** Opening Dataset excerpts block **

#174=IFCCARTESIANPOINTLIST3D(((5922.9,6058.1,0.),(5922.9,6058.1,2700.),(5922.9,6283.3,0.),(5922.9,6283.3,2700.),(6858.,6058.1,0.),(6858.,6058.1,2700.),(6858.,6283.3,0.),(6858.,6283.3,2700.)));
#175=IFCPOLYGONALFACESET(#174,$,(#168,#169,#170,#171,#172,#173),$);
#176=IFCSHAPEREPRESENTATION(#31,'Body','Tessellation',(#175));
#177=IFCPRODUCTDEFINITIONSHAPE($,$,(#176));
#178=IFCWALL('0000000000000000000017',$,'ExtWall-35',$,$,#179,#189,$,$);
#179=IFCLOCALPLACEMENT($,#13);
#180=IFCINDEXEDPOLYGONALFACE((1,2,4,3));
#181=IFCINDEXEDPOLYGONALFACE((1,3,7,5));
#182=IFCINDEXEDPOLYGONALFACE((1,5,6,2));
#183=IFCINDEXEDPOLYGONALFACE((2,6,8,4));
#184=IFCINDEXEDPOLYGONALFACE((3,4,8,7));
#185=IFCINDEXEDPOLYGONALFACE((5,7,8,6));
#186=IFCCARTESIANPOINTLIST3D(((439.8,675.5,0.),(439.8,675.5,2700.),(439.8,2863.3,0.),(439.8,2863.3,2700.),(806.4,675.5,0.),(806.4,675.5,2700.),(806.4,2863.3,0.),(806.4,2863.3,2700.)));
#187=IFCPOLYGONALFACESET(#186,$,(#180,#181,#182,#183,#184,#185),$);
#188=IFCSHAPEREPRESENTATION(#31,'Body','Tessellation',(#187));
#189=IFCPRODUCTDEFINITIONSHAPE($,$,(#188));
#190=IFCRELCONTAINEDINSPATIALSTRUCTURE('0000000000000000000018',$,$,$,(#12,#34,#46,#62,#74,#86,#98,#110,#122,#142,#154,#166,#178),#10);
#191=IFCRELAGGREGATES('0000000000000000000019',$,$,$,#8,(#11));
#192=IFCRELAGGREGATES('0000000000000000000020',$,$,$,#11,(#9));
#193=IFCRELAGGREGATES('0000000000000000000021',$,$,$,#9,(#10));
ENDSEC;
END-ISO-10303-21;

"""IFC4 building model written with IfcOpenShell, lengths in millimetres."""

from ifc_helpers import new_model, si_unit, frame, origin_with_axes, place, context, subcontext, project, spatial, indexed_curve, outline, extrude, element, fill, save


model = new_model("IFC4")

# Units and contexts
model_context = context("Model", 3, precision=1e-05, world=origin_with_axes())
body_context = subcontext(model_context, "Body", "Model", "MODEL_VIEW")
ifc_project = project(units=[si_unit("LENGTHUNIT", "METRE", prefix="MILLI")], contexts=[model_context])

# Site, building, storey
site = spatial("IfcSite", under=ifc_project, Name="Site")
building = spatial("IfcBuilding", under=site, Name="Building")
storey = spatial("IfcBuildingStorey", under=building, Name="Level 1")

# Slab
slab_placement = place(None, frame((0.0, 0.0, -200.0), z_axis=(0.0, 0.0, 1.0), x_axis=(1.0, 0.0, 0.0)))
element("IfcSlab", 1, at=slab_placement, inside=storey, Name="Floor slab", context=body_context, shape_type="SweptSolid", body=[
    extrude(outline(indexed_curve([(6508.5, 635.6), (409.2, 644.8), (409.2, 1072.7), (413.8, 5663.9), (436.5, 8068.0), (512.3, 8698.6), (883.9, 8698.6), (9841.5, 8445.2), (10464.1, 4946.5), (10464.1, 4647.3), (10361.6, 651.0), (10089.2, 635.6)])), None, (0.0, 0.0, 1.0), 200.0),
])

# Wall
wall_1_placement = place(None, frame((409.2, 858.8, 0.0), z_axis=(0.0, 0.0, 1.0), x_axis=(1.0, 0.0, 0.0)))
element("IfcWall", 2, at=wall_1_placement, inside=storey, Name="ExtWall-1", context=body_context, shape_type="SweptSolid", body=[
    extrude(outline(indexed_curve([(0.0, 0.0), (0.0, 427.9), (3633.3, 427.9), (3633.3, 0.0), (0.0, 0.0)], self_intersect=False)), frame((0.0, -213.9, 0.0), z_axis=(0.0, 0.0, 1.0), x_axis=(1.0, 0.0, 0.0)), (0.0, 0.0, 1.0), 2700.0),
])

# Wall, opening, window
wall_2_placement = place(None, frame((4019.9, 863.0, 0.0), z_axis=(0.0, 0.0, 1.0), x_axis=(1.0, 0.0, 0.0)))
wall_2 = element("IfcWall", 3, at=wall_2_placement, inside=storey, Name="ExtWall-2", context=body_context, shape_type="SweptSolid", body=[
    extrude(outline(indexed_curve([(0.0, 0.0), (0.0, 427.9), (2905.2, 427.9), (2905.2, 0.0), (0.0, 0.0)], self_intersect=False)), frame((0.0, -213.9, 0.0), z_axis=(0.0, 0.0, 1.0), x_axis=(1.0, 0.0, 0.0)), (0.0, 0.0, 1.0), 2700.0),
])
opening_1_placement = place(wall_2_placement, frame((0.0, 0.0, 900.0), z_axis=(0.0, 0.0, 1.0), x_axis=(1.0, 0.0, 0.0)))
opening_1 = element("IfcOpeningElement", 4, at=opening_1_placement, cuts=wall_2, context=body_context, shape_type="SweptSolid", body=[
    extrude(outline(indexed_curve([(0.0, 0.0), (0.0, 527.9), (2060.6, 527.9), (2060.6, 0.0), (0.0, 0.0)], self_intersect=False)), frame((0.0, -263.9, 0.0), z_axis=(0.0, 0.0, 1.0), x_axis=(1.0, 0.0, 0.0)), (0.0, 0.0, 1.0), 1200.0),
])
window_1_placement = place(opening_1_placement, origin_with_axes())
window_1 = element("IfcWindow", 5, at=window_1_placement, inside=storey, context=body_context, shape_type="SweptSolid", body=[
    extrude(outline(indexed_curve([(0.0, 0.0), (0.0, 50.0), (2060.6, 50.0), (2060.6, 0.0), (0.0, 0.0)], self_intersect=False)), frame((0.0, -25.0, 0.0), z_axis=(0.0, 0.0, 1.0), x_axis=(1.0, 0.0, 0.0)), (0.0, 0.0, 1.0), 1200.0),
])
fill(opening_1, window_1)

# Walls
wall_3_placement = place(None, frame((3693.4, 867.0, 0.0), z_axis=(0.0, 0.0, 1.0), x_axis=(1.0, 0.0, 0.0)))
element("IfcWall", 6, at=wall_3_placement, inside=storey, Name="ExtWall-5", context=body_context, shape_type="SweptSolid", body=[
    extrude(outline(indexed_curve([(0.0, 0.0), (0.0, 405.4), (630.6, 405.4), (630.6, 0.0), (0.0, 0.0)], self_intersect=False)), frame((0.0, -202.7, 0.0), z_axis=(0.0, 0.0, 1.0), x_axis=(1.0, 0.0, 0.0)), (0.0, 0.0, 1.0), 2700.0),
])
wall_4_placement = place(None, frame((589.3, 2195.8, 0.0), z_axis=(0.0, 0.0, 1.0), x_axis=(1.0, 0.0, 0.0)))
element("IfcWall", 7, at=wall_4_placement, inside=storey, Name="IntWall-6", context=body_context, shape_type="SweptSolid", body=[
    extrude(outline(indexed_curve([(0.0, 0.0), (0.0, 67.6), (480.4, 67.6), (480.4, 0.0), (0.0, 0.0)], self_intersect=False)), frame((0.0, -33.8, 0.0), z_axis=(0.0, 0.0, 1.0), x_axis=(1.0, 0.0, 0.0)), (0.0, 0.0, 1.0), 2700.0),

** Closing Dataset excerpts block **

# What you will do
Print exactly the lines above from the one with "-200.0), z_axis=(0.0, 0.0, 1.0), x_axis=(1.0, 0.0, 0.0)))" to the one with "# Wall, opening, window", including both.

# Worked solution
slab_placement = place(None, frame((0.0, 0.0, -200.0), z_axis=(0.0, 0.0, 1.0), x_axis=(1.0, 0.0, 0.0)))
element("IfcSlab", 1, at=slab_placement, inside=storey, Name="Floor slab", context=body_context, shape_type="SweptSolid", body=[
    extrude(outline(indexed_curve([(6508.5, 635.6), (409.2, 644.8), (409.2, 1072.7), (413.8, 5663.9), (436.5, 8068.0), (512.3, 8698.6), (883.9, 8698.6), (9841.5, 8445.2), (10464.1, 4946.5), (10464.1, 4647.3), (10361.6, 651.0), (10089.2, 635.6)])), None, (0.0, 0.0, 1.0), 200.0),
])

# Wall
wall_1_placement = place(None, frame((409.2, 858.8, 0.0), z_axis=(0.0, 0.0, 1.0), x_axis=(1.0, 0.0, 0.0)))
element("IfcWall", 2, at=wall_1_placement, inside=storey, Name="ExtWall-1", context=body_context, shape_type="SweptSolid", body=[
    extrude(outline(indexed_curve([(0.0, 0.0), (0.0, 427.9), (3633.3, 427.9), (3633.3, 0.0), (0.0, 0.0)], self_intersect=False)), frame((0.0, -213.9, 0.0), z_axis=(0.0, 0.0, 1.0), x_axis=(1.0, 0.0, 0.0)), (0.0, 0.0, 1.0), 2700.0),
])

# Wall, opening, window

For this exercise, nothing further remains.